When the LTE laminar flow arc model is used to predict the radial temperature profile of an SF6 nozzle arc, there is a large discrepancy between the predicted and
those measured by the Aachen Group (Figure 2.10) [2.7]. As a consequence, the predicted RRRV for SF6 nozzle arcs in laminar flow is two orders of magnitudes
lower than that measured (Figure 2.11) [2.7].
Figure 2.10. Comparison of computed temperature profiles [2.7] (solid lines) and measured results after [2.4, 2.5] (triangles) at Z = 3 cm, P0 = 9 atm, di/dt = 16 Aμs-1,
Figure 2.11. (a) Logarithmic relationship between RRRV and di/dt at stagnation pressure 37.5atm. (b) Logarithmic relationship between RRRV and stagnation pressure at a di/dt=27 Aμs-1. Full lines: experiments (after [2.11]) and broken lines: predictions[2.7].
2.4.2The Effects of Non-LTE on the Switching Arc Behaviour
From the previous discussions, it is apparent that an LTE arc model in laminar flow cannot give a satisfactory account of the experimentally measured RRRV for an SF6
arc. It is natural to query if the assumption of LTE is correct. It is known that the rapid variation of discharge conditions during current zero period can make an arc depart from LTE [2.8, 2.9, 2.10]. Those processes which are unlikely to attain LTE are summarized below:
(a) The characteristic time of temperature variation during current zero period is about 1 μs. There are many chemical reactions in SF6 which are not fast enough
to reach chemical equilibrium
(b) High electrical field within the arc during current zero period especially after current zero results in higher electron temperature than that of heavy particles, due to inefficient energy transfer between electrons and heavy particles [2.8, 2.10].
(c) Electrical conductivity depends on electrical field because of the departure of electron velocity distribution function from Maxwellian in the direction of electrical field. This becomes appreciable after current zero when recovery voltage is imposed on the breaker.
(d) When current decays towards current zero, the axis temperature can be below 9000 K, and the electron number density is too low to maintain LTE.

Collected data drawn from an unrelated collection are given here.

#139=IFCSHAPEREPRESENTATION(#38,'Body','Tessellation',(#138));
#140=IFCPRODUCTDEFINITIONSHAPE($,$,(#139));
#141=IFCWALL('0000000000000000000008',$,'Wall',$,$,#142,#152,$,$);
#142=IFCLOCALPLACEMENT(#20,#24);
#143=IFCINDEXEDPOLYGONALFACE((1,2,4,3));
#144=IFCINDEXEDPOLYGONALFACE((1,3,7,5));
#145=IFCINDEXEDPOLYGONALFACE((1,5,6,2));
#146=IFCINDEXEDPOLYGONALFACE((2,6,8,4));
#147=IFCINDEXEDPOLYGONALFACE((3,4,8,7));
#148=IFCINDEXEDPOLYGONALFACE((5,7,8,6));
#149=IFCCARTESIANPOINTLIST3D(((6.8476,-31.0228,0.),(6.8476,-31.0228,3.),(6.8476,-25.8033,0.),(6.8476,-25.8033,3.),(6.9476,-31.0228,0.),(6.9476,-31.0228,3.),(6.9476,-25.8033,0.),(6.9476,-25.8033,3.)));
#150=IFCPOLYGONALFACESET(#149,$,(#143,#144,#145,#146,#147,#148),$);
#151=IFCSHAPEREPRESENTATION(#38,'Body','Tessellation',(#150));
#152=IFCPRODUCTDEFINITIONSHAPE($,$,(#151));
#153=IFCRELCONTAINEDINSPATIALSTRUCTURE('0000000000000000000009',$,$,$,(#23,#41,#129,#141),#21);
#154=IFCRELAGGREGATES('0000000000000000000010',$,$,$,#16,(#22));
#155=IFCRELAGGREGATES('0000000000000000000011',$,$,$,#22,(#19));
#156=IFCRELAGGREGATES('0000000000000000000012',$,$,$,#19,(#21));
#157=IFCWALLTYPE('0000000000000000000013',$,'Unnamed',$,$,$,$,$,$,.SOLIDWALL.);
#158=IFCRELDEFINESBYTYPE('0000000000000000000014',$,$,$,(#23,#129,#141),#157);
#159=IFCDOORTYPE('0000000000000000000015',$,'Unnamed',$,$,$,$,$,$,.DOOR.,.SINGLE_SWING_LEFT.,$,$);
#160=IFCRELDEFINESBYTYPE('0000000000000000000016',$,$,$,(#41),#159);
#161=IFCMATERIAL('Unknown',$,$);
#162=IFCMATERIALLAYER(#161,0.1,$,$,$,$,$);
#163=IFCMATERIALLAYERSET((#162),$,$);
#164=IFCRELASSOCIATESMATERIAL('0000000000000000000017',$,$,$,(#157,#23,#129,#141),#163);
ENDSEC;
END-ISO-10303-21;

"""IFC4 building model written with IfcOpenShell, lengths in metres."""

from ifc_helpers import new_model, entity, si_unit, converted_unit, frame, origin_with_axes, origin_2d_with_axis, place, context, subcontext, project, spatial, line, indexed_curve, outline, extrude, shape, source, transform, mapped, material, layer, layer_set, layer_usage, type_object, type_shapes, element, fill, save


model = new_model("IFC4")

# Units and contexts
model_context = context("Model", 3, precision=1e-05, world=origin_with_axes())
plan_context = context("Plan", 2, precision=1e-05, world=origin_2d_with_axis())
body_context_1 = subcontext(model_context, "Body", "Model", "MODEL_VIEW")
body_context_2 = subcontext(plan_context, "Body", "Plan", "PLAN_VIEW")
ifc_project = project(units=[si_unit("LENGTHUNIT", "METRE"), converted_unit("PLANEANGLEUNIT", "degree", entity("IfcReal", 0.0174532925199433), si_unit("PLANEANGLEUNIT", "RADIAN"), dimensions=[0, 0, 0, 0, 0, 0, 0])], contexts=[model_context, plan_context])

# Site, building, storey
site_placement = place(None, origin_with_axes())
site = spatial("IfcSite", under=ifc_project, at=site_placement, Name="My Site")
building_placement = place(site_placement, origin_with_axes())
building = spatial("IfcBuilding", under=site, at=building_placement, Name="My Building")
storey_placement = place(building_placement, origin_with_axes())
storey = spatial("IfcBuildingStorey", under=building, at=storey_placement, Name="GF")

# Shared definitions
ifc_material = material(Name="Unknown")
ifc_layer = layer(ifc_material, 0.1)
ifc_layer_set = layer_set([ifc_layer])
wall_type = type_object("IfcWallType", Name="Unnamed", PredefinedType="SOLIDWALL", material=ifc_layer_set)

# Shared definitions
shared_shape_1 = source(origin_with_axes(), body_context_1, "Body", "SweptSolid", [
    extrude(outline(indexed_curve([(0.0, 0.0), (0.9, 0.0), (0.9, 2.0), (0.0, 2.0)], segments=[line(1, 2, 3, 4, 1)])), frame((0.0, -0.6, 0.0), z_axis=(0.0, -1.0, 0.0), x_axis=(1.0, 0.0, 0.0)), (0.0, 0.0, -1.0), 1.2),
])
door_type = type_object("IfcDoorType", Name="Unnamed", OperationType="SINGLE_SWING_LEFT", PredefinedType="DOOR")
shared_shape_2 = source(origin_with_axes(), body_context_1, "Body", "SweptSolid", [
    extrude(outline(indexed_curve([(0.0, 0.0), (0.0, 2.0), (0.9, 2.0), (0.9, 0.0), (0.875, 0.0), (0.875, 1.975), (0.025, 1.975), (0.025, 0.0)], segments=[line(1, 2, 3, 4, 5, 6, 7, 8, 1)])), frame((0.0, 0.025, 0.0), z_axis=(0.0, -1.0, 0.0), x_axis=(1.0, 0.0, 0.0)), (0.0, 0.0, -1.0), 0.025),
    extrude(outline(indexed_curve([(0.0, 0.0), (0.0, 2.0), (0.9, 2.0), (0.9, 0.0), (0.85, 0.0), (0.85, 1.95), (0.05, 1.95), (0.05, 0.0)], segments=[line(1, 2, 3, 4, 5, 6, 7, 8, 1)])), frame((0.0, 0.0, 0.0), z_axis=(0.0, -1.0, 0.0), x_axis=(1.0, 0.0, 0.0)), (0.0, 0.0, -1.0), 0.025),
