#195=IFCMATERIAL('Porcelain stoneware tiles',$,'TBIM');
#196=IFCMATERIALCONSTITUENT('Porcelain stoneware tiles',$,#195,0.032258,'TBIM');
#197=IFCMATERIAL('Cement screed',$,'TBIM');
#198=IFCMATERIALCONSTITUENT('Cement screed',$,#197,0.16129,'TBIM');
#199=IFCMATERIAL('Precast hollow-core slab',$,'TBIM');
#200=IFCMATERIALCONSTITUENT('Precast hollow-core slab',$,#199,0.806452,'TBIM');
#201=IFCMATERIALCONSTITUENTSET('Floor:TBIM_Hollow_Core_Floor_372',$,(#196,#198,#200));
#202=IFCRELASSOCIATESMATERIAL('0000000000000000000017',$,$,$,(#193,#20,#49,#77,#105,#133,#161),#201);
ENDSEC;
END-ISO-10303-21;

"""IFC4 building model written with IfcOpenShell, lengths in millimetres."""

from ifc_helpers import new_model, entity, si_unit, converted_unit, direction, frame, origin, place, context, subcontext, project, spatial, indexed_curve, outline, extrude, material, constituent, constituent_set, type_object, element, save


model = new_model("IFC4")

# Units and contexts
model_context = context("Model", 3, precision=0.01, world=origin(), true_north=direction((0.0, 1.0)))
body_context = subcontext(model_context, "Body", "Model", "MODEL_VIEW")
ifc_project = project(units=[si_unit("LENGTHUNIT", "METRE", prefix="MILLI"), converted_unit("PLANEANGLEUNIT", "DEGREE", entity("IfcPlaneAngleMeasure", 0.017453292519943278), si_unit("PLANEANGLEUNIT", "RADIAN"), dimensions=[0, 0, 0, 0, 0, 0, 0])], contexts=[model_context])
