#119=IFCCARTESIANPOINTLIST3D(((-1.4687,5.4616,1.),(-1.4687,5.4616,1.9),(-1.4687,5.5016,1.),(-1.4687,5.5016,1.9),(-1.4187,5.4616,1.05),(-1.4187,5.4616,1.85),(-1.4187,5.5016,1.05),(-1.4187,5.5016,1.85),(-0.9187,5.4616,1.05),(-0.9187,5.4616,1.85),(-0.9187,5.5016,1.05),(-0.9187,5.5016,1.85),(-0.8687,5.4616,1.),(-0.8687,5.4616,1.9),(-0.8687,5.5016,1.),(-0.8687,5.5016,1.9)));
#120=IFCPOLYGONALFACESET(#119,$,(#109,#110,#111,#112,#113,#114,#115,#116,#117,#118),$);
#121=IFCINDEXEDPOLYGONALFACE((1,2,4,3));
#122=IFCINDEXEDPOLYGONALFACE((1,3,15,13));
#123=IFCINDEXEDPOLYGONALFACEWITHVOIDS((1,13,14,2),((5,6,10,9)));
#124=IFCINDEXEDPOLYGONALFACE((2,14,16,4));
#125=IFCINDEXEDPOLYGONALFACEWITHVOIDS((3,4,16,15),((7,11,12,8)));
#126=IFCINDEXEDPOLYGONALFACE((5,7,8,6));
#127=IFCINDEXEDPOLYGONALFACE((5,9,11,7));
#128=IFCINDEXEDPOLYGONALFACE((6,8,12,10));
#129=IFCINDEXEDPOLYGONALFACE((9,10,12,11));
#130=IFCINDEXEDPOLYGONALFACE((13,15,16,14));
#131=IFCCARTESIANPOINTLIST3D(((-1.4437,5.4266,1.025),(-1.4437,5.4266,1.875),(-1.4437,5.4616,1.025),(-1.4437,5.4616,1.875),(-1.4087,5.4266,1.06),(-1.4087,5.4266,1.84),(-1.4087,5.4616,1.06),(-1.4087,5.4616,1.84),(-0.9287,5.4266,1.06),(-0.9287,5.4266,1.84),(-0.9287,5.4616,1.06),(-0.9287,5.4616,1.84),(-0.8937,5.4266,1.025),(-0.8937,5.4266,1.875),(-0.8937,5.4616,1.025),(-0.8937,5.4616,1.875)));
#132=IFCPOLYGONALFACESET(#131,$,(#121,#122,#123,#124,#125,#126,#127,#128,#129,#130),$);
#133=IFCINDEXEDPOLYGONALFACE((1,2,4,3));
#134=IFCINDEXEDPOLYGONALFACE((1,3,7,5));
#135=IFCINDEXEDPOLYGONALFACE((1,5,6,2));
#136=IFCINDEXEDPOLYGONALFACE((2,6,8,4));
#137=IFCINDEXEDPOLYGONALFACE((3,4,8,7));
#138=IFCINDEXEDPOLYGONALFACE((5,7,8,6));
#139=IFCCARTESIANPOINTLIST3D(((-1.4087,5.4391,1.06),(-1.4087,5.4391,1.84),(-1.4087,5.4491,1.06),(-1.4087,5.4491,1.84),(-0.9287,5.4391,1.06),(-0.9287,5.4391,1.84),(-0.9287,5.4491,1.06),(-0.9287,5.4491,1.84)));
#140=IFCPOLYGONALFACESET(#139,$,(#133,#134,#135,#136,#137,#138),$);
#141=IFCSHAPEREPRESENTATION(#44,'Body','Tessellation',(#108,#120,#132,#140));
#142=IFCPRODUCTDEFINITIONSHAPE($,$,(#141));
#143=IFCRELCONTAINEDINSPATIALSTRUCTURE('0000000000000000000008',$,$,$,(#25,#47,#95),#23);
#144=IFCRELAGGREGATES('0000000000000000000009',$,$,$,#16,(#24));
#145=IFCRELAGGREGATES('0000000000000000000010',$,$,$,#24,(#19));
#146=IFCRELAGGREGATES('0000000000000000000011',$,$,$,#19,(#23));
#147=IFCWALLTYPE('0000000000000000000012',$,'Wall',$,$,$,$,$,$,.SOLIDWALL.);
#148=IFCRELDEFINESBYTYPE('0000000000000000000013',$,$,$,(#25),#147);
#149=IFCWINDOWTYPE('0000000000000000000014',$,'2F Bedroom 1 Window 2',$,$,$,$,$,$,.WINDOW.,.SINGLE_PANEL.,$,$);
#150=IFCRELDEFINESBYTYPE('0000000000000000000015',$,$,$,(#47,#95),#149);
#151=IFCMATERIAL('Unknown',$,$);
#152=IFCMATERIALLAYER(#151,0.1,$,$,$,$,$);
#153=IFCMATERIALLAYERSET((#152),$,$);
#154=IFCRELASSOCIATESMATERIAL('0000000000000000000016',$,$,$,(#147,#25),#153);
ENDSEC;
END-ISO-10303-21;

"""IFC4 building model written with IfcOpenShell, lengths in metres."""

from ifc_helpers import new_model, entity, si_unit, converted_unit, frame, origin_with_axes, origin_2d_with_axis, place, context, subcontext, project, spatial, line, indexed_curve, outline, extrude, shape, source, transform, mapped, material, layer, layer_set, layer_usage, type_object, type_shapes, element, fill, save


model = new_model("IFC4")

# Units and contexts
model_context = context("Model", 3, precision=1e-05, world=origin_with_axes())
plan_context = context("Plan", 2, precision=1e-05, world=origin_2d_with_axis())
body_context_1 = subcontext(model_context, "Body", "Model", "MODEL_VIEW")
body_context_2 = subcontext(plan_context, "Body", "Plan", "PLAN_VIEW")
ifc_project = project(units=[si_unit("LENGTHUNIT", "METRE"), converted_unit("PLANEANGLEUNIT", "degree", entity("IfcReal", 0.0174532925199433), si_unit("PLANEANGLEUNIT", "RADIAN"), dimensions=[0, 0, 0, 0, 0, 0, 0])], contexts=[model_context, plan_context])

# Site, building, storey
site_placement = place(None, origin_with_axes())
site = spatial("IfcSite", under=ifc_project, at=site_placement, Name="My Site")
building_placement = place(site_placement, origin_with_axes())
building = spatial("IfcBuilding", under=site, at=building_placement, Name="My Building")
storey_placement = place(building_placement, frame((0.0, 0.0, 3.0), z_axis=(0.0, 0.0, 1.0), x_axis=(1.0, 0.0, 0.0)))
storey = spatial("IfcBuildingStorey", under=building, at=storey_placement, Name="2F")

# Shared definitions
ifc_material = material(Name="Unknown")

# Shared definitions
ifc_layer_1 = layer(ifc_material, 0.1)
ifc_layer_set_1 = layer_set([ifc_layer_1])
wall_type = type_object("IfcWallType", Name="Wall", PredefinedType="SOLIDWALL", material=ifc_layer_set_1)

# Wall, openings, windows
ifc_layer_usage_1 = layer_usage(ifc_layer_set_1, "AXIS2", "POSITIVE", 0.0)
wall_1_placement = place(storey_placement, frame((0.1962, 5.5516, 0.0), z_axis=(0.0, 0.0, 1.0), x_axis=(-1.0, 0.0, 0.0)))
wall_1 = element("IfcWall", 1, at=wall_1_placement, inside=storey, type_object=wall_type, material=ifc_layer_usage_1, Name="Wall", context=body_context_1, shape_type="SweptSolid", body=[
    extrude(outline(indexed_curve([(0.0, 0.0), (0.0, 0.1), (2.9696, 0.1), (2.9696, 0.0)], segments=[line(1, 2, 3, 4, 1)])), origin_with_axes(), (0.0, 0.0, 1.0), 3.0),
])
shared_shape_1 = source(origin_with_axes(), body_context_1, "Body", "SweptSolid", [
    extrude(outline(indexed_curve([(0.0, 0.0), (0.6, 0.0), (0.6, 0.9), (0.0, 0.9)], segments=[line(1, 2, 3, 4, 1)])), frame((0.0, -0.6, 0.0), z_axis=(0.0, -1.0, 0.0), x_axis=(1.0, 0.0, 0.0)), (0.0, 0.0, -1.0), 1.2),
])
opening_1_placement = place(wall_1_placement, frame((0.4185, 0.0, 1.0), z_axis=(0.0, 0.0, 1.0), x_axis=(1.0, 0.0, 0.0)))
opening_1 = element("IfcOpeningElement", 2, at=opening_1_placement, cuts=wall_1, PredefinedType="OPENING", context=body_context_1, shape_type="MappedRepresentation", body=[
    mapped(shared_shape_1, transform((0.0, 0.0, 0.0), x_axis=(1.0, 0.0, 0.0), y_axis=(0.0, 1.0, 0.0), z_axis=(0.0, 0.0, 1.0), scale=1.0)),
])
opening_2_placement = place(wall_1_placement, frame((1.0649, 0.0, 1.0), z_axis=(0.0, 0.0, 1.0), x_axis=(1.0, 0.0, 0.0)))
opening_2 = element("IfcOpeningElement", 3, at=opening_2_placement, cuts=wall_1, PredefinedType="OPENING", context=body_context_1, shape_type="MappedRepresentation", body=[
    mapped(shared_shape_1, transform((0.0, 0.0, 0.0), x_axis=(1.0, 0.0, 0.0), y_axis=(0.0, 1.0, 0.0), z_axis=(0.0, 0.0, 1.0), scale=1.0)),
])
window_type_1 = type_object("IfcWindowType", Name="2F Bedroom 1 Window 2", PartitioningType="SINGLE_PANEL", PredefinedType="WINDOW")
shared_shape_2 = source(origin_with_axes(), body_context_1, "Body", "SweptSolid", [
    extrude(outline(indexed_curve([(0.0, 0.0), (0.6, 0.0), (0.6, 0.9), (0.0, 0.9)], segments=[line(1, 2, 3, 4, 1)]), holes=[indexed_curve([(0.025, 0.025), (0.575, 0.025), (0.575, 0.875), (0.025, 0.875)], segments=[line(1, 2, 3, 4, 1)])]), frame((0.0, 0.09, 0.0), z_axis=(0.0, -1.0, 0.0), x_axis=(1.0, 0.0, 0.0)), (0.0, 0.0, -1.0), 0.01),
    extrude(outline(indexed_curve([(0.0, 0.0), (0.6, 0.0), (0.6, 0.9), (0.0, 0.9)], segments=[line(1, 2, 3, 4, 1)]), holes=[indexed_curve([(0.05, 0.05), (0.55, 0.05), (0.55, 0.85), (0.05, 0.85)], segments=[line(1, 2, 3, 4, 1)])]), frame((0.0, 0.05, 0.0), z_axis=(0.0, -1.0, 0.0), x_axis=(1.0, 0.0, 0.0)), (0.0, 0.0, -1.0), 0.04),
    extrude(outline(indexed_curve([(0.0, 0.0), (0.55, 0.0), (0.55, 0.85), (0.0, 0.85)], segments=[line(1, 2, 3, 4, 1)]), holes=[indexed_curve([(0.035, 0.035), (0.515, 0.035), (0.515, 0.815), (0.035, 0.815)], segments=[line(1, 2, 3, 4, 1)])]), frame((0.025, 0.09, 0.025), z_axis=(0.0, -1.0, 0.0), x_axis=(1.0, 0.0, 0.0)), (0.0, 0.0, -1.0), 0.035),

Gleizes and his colleagues [2.8, 2.9, 2.10] investigated the combined effects of the aforementioned factors on arc conductance decay during current zero and on RRRV. It has been found that, in the region where electron temperature departs from that of heavy particles, electron temperature is maintained at a higher value due to inefficient exchange of energy with heavy particles for temperature below 8000 K [2.10]. Electrical field usually increases electrical conductivity due to increased ionisation rate and higher electron number density compared with the case where the influence of electric field is not considered [2.8]. These combined effects result in a slower conductance decay (Figure 2.12) and orders of magnitude lower values of RRRV in comparison with those measured and even with those predicted by LTE theory assuming laminar flow [2.10].
Figure 2.12. Evolution of the conductance during the decay, turbulent case. Reproduced from [2.10].